Quebec money will offset higher food, transport, gasoline costs

Nunavik gets gift of lower prices


KUUJJUAQ – Nunavimmiut will likely see prices drop at local stores and gas stations over the coming year.

That's because some of the money doled out at last week's Katimajiit meeting on Nunavik's social and economic development is intended to improve living conditions in the region by reducing the cost of transportation and lowering the cost of food, goods and gasoline.

Low-income families in Nunavik will also receive more money, thanks to an increase in Quebec's refundable tax credit for northern residents.

This increase will raise the amount for adults from $40 to $60 a month and for children from $15 to $25.
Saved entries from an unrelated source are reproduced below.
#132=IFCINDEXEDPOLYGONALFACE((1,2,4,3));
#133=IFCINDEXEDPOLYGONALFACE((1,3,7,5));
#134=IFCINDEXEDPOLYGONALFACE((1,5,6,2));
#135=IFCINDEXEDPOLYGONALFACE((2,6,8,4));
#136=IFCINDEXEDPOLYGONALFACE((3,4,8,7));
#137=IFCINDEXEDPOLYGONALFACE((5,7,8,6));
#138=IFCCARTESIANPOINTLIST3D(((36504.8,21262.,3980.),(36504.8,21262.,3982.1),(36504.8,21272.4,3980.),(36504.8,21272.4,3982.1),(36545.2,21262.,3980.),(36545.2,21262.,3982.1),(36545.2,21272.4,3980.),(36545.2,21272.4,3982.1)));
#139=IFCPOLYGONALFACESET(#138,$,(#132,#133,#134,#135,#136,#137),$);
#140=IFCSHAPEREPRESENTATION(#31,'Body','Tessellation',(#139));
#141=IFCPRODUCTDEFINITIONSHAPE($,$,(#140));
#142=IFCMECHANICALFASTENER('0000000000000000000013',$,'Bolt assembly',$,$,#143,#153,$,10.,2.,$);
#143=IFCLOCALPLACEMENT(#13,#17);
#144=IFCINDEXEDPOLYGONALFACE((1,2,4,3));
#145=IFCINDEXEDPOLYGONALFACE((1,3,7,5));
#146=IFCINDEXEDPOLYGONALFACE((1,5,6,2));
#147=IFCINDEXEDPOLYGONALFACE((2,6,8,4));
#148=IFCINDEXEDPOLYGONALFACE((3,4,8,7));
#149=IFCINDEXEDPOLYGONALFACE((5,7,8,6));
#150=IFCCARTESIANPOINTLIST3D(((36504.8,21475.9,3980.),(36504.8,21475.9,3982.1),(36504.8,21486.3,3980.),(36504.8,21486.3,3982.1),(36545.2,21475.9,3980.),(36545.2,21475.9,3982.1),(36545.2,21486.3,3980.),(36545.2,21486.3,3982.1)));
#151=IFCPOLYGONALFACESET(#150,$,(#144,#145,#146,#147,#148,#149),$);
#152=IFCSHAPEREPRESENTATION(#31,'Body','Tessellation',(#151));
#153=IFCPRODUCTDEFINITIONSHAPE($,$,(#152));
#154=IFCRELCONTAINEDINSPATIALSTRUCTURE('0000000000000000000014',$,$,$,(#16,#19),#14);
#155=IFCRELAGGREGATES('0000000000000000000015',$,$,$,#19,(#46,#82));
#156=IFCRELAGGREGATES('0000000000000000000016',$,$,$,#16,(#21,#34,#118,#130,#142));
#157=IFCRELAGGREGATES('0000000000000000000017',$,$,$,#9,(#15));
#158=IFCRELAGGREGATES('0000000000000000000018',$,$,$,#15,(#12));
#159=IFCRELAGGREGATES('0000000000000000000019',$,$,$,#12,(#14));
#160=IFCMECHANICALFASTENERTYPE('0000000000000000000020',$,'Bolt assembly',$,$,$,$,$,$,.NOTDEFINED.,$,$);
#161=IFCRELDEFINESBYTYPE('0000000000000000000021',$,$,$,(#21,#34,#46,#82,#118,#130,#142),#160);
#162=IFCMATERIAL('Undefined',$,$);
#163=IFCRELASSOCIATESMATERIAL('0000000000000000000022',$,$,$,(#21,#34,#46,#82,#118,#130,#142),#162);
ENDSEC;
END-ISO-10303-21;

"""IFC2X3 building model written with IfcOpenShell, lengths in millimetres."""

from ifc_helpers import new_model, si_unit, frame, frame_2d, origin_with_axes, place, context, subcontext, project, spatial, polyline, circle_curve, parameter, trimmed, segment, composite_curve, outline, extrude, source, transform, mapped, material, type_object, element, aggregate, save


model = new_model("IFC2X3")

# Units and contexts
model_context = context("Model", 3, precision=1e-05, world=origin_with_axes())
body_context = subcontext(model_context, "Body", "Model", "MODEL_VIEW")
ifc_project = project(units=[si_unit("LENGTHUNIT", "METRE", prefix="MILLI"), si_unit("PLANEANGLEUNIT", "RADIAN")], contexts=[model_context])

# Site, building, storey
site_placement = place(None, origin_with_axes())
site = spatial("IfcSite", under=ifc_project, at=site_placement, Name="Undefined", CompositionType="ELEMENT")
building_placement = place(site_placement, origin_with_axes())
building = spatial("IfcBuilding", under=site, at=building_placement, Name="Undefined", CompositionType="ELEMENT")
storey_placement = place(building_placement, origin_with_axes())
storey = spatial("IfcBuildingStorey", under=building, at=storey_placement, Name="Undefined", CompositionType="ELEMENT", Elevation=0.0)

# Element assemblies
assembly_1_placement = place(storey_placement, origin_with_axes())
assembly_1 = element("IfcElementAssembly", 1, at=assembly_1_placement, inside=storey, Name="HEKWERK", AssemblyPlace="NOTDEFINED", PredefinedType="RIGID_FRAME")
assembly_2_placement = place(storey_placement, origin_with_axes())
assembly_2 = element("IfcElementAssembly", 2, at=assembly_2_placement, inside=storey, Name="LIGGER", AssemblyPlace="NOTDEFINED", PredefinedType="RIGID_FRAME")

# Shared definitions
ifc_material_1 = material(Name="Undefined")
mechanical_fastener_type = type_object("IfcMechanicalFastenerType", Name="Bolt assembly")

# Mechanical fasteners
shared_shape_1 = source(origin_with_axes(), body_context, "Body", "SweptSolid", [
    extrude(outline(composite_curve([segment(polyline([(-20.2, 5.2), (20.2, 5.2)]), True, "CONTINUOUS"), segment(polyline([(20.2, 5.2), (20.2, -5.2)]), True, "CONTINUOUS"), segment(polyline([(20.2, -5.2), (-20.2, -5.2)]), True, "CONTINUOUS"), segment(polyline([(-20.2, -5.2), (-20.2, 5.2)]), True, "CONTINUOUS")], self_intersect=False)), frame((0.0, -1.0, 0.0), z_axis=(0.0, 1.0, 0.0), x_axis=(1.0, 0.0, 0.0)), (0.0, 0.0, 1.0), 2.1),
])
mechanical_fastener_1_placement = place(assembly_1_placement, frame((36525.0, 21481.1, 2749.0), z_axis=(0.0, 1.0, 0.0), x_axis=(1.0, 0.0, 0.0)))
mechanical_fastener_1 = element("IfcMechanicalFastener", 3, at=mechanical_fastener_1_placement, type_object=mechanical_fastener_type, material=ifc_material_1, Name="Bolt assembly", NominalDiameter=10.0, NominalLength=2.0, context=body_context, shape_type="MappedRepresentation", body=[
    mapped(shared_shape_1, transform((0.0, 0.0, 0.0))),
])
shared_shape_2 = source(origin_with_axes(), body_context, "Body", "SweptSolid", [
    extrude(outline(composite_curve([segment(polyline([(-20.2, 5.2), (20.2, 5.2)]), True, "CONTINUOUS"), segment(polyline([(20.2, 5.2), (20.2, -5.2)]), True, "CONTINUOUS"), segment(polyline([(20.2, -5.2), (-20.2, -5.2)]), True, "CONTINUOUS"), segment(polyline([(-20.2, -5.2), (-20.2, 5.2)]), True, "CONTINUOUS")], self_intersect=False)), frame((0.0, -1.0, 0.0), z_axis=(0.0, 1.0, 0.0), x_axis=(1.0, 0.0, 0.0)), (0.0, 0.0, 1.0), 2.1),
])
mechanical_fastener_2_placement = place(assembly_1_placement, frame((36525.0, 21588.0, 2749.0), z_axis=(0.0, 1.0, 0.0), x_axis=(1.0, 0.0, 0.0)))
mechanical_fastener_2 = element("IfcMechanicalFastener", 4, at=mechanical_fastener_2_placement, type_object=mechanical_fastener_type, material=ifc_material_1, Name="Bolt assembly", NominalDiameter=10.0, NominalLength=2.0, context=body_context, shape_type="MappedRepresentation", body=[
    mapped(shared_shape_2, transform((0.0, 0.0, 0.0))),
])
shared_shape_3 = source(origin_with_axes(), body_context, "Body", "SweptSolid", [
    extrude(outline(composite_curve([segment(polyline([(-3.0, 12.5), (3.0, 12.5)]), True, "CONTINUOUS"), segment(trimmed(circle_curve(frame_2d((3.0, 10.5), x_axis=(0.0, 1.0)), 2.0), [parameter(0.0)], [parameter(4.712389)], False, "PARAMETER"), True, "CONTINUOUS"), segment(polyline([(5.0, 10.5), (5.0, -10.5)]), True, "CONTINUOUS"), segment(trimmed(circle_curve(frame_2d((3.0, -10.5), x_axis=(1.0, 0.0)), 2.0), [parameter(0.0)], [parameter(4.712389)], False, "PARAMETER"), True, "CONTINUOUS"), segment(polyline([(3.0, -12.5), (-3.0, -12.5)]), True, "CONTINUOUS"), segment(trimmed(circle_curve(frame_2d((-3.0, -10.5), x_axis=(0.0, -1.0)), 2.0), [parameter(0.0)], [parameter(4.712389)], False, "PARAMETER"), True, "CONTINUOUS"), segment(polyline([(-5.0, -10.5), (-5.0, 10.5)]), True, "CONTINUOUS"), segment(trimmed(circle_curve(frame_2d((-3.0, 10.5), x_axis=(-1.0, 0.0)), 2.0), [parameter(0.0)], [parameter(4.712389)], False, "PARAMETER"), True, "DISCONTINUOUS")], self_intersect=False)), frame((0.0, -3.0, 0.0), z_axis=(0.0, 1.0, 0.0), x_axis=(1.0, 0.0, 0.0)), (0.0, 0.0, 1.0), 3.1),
In the case of a couple with two children and a family income below $28,710, the tax credit will rise from $1,320 to $2,040 a year for 2006, a yearly increase of $720.
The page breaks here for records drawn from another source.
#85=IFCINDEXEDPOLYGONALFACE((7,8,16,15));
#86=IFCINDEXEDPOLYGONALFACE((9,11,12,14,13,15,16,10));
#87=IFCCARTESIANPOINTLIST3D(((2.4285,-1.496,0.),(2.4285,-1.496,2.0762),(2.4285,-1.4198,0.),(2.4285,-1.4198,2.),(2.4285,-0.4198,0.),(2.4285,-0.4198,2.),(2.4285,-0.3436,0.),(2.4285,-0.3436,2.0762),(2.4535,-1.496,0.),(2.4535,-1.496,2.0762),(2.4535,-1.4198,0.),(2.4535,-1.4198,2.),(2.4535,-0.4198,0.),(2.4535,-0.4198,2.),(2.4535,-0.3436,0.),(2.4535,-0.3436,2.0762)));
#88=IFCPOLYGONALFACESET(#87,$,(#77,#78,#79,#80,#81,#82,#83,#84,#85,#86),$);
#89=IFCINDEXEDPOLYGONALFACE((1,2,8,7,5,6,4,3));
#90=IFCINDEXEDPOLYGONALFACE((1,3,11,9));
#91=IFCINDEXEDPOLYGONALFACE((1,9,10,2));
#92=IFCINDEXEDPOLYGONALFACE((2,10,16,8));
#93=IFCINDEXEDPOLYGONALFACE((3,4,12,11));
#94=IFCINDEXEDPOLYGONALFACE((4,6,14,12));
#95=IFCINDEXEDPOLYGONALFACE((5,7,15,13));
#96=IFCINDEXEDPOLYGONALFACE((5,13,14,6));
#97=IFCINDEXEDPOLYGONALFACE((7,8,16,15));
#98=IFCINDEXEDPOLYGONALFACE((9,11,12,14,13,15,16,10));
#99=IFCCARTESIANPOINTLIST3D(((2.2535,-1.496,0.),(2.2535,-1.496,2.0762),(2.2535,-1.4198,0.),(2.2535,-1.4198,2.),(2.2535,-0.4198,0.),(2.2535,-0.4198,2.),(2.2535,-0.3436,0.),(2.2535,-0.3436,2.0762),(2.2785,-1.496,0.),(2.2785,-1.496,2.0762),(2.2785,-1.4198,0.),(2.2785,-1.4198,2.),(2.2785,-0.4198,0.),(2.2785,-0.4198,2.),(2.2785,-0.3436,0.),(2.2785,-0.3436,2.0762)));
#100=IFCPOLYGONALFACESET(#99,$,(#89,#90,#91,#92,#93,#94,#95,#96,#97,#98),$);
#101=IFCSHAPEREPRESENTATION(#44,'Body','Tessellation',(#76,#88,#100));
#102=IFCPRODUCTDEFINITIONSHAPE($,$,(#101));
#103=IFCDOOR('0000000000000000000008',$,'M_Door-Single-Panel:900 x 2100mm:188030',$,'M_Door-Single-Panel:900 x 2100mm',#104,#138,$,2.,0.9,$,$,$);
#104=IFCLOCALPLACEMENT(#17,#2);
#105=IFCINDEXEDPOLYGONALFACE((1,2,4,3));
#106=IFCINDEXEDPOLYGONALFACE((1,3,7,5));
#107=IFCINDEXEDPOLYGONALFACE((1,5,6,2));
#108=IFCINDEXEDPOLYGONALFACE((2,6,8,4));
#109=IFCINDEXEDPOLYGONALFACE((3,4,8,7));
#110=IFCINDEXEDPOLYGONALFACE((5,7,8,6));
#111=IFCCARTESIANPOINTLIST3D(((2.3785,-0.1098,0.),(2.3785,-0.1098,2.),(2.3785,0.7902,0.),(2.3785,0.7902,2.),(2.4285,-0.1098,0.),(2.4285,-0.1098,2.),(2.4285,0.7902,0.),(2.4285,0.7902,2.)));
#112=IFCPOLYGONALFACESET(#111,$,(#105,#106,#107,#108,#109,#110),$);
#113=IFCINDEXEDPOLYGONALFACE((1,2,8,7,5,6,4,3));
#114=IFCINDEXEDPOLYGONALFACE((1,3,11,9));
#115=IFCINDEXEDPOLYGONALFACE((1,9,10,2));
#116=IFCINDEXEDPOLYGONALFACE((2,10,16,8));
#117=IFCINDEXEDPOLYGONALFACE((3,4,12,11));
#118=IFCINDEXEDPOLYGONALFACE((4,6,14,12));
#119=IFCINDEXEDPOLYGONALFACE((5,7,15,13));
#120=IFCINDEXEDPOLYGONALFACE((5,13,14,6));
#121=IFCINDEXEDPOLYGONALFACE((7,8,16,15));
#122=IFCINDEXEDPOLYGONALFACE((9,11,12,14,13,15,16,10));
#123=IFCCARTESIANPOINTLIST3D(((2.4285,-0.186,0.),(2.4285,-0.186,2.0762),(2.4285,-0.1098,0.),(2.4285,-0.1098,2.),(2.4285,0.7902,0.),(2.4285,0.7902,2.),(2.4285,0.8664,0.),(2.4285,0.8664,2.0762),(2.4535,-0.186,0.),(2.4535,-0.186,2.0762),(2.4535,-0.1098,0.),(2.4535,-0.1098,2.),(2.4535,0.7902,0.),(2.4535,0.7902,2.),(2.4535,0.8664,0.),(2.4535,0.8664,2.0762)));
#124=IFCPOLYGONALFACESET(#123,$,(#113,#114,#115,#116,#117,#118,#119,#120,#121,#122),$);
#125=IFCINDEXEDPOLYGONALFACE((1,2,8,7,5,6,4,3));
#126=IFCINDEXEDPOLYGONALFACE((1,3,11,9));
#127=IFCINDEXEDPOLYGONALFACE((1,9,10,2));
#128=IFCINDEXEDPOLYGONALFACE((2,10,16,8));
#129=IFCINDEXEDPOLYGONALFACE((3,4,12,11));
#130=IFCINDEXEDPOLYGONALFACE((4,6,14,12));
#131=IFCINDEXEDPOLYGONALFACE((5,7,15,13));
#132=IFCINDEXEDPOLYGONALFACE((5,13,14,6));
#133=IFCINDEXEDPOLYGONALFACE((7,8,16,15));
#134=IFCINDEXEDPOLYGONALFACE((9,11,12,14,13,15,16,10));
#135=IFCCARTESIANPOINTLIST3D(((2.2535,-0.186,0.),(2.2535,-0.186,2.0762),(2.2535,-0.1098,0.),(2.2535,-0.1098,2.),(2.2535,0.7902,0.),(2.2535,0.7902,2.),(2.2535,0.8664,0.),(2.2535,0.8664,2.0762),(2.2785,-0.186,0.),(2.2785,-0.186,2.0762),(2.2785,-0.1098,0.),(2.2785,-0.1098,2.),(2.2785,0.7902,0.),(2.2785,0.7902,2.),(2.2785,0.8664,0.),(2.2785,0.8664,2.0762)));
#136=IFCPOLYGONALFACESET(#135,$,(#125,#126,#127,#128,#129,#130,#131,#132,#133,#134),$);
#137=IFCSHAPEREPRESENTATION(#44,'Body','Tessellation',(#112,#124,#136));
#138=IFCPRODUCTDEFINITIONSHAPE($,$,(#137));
Eligible households will receive part of the increase during the last week of September. The second half will be added to the tax credit payment in December 2007.
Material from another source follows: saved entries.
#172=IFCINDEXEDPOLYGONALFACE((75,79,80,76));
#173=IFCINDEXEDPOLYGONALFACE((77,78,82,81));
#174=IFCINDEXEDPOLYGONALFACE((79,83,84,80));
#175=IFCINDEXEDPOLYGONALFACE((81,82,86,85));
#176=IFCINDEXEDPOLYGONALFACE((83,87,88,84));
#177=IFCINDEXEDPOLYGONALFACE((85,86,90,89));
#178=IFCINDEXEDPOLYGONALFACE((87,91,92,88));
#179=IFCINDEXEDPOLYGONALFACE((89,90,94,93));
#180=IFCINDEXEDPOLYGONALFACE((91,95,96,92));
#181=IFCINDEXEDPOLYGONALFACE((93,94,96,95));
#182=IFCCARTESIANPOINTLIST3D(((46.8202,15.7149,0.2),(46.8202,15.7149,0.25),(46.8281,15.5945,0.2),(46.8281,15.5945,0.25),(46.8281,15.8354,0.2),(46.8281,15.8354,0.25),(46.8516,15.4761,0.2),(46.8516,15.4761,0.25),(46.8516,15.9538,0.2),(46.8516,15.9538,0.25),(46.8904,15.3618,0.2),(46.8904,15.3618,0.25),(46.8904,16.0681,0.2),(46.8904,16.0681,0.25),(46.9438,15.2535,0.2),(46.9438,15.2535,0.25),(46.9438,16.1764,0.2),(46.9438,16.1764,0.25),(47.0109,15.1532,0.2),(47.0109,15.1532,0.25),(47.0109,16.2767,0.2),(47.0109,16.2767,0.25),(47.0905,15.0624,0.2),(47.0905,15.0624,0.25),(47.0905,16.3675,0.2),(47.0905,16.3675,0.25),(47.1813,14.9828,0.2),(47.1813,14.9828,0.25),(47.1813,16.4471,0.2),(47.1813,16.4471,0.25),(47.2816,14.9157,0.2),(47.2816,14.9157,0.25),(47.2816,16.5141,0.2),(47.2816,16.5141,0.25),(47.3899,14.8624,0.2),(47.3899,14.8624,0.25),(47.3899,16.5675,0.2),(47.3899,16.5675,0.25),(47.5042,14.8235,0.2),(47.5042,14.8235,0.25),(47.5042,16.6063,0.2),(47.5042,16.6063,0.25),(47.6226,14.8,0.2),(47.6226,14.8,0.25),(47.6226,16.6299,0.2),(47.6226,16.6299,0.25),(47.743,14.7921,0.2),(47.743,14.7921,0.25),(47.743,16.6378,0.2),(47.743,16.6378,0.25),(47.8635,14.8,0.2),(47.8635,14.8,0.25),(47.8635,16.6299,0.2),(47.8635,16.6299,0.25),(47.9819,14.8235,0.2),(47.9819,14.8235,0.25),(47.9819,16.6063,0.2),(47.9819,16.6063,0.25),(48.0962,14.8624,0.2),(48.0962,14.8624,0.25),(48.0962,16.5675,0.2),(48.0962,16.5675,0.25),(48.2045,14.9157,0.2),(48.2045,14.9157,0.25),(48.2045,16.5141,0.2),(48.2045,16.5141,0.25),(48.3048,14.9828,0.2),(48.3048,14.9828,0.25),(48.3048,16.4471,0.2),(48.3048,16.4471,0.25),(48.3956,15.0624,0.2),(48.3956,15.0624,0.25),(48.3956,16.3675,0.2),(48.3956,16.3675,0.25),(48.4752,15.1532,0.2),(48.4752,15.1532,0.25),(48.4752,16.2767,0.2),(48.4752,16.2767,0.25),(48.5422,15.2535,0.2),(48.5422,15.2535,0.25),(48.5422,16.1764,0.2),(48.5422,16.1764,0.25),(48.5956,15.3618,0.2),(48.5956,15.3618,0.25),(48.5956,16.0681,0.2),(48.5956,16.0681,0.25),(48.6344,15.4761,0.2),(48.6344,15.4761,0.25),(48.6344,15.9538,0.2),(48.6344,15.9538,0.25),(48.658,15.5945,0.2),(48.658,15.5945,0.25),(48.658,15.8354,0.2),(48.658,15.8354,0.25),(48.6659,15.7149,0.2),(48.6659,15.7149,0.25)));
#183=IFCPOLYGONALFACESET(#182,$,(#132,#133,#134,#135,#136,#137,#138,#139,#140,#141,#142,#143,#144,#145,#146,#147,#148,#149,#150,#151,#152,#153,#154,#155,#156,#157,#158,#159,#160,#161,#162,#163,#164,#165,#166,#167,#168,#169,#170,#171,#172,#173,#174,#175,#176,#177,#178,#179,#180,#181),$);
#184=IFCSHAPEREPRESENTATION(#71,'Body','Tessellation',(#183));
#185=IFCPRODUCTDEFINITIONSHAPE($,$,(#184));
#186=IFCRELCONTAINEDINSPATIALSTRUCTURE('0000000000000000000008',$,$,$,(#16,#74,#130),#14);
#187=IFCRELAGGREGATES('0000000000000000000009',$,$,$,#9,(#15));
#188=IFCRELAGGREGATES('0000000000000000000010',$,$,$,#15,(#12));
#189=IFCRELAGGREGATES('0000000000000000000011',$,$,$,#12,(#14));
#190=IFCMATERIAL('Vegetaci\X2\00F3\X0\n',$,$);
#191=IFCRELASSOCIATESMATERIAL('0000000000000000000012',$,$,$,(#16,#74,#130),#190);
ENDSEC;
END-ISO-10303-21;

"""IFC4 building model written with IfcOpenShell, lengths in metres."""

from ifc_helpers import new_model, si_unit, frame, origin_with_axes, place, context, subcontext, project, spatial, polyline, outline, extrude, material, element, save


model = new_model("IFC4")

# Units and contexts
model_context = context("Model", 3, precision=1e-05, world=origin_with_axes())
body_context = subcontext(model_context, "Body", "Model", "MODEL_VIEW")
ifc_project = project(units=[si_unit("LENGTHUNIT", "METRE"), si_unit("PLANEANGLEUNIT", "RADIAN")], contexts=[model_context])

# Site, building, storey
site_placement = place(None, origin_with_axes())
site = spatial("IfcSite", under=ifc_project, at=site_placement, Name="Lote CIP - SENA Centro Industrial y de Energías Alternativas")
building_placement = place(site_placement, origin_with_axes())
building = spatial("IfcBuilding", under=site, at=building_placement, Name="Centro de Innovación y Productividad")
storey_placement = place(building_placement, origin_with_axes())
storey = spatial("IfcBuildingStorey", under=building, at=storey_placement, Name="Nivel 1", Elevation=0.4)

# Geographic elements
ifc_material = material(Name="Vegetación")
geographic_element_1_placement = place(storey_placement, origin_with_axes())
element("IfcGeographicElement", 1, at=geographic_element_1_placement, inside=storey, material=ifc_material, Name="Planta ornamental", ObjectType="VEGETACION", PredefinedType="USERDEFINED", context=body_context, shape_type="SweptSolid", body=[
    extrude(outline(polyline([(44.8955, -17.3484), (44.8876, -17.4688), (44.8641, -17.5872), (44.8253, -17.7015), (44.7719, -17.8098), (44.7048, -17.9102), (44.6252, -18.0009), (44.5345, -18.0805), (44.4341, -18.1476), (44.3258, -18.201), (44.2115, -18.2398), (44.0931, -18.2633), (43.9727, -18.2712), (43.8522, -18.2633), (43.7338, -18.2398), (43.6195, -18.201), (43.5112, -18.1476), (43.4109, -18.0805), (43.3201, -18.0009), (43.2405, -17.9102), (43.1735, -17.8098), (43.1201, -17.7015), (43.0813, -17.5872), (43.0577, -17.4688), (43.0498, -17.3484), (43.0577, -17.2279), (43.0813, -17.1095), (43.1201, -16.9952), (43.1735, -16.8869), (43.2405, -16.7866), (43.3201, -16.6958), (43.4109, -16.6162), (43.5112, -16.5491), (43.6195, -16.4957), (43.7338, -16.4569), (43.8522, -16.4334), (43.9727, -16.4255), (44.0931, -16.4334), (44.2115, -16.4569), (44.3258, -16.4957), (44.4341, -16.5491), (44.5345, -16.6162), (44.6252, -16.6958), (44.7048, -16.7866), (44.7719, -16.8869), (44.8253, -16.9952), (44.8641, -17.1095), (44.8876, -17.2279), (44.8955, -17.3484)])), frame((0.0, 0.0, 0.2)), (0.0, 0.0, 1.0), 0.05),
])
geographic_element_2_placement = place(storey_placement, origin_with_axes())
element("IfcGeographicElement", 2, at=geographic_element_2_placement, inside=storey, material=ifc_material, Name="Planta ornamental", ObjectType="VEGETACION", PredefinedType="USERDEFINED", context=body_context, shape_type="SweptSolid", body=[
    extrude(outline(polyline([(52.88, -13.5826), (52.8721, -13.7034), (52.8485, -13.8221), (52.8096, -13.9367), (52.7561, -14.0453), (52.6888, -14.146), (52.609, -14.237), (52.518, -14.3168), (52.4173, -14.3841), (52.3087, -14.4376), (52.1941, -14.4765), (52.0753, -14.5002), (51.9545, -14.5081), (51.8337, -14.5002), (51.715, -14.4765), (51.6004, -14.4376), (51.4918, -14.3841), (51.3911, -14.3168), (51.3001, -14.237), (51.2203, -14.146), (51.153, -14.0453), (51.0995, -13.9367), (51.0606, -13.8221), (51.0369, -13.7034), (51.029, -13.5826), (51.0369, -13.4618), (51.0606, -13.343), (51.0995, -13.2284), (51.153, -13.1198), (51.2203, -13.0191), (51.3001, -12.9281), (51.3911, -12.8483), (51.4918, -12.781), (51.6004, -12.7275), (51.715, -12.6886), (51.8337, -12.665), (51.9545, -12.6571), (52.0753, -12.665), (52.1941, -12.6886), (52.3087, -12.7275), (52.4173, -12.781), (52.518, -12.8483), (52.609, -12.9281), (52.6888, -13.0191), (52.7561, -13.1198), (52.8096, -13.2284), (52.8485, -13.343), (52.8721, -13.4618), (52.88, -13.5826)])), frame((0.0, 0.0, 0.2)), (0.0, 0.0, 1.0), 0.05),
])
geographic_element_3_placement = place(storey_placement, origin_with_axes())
This improved tax credit program is part of the new multi-million-dollar package Quebec announced last week in Kuujjuaq.

Quebec will give the Kativik Regional Government and Makivik Corporation $3.1 million over the next two years to offset the high costs of food and gasoline and $9 million over the next three years to lower the cost of transportation.

Exactly how this money will be divvied up is not yet clear, but Nunavimmiut will likely see some of this in the form of individual subsidies while part of the money will go towards efforts to cut overall prices.

Part of the money will pay for a study on the cost and feasibility of a transportation link between Schefferville and Kuujjuaq, which would lower the cost of transportation to Nunavik's largest community.

Quebec will also give another $8 million towards the $20 million cost of expanding the Puvirnituq airstrip so jets can land there.

Air Inuit has already bought two 737s, with the expectation that the federal government will find the other 80 per cent of the money needed to lengthen the runway.

The jet service is expected to greatly lower the cost of food and other goods along the Hudson Bay coast.

A recent survey by Laval University found food, on average, costs far more in Nunavik than in Quebec City.

For example, potatoes cost more than twice as much in Nunavik. White flour and milk are almost twice as much. Only green cabbage costs less in Nunavik than in Quebec City.

With food taking up 40 per cent of household budgets, the survey suggested that "the cost of living in Nunavik is, in all likelihood, higher than anywhere else in Quebec."